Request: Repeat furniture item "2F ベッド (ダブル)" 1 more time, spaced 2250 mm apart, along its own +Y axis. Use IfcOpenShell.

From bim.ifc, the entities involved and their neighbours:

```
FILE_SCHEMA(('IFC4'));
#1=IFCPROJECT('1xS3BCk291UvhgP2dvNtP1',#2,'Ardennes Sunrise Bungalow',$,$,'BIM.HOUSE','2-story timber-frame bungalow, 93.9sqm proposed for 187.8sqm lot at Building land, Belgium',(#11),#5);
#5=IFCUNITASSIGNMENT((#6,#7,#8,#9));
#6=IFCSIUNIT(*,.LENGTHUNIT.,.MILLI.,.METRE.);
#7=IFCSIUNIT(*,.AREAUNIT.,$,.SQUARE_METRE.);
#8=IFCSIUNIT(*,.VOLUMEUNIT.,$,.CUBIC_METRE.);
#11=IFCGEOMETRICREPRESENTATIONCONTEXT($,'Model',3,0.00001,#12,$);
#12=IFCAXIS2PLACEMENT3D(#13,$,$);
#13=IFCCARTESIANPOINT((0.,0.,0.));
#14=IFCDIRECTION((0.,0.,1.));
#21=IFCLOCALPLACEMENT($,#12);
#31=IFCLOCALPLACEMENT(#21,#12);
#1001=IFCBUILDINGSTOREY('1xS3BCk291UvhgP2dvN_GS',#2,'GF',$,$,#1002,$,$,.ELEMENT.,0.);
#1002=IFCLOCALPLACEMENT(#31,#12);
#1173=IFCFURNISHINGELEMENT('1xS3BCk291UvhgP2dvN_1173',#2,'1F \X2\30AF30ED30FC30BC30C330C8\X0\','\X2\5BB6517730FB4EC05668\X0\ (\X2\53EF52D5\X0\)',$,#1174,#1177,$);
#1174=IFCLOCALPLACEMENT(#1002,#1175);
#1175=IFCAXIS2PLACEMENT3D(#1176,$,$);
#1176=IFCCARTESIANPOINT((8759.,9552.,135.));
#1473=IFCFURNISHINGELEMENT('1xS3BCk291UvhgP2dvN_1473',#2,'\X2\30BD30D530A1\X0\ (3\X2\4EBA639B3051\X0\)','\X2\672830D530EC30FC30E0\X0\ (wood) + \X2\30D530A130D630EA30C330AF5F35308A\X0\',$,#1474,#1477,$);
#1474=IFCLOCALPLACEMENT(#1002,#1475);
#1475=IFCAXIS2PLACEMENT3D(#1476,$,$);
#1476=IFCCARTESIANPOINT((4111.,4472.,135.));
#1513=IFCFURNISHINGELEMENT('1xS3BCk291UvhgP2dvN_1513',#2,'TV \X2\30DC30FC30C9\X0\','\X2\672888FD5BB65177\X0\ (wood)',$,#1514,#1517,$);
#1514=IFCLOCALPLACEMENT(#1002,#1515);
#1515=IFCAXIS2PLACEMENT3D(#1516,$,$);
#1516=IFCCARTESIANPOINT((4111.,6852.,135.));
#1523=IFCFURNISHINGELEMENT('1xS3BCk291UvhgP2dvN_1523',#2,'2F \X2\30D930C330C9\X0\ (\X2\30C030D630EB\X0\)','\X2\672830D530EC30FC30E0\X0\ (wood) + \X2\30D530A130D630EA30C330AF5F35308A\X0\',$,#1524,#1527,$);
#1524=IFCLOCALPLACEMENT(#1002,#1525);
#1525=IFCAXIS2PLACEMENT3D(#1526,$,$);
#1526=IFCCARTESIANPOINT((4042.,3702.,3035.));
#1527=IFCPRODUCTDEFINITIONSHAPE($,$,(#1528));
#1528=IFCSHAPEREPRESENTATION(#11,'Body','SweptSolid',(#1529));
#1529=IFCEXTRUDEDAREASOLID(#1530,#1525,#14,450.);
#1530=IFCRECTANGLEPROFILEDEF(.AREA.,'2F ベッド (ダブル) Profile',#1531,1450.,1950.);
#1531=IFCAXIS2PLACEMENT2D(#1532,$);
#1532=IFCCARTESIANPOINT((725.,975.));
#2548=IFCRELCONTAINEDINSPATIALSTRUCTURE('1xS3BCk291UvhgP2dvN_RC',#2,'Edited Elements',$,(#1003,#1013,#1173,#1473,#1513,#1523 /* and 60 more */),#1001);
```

```python
import ifcopenshell
import ifcopenshell.api.geometry
import ifcopenshell.api.root
import ifcopenshell.util.element
import ifcopenshell.util.placement

model = ifcopenshell.open("bim.ifc")


def reuse_history(source, copy):
    """copy_class also copies each property set's owner history, people and application; keep the originals."""
    for rel in copy.IsDefinedBy:
        if rel.is_a("IfcRelDefinesByProperties") and (history := rel.RelatingPropertyDefinition.OwnerHistory):
            rel.RelatingPropertyDefinition.OwnerHistory = source.OwnerHistory
            ifcopenshell.util.element.remove_deep2(model, history)


source = model.by_guid("1xS3BCk291UvhgP2dvN_1523")
base = ifcopenshell.util.placement.get_local_placement(source.ObjectPlacement)
step = base[:3, 1] * 2250.0

for i in range(1, 2):
    copy = ifcopenshell.api.root.copy_class(model, product=source)
    copy.Representation = ifcopenshell.util.element.copy_deep(
        model, source.Representation, exclude=["IfcGeometricRepresentationContext", "IfcRepresentationMap"]
    )
    reuse_history(source, copy)
    matrix = base.copy()
    matrix[:3, 3] += i * step
    print("added at", matrix[:3, 3].round(3) + 0.0)
    ifcopenshell.api.geometry.edit_object_placement(model, product=copy, matrix=matrix, is_si=False)

model.write("bim_v2.ifc")
```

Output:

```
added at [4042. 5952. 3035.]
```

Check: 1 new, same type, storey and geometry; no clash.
▬▬▬▬▬▬
### ABOUT THIS EXERCISE
Give the number of lines in the data that contain the word "wood", and add no other text.

### EXERCISE RESPONSE
3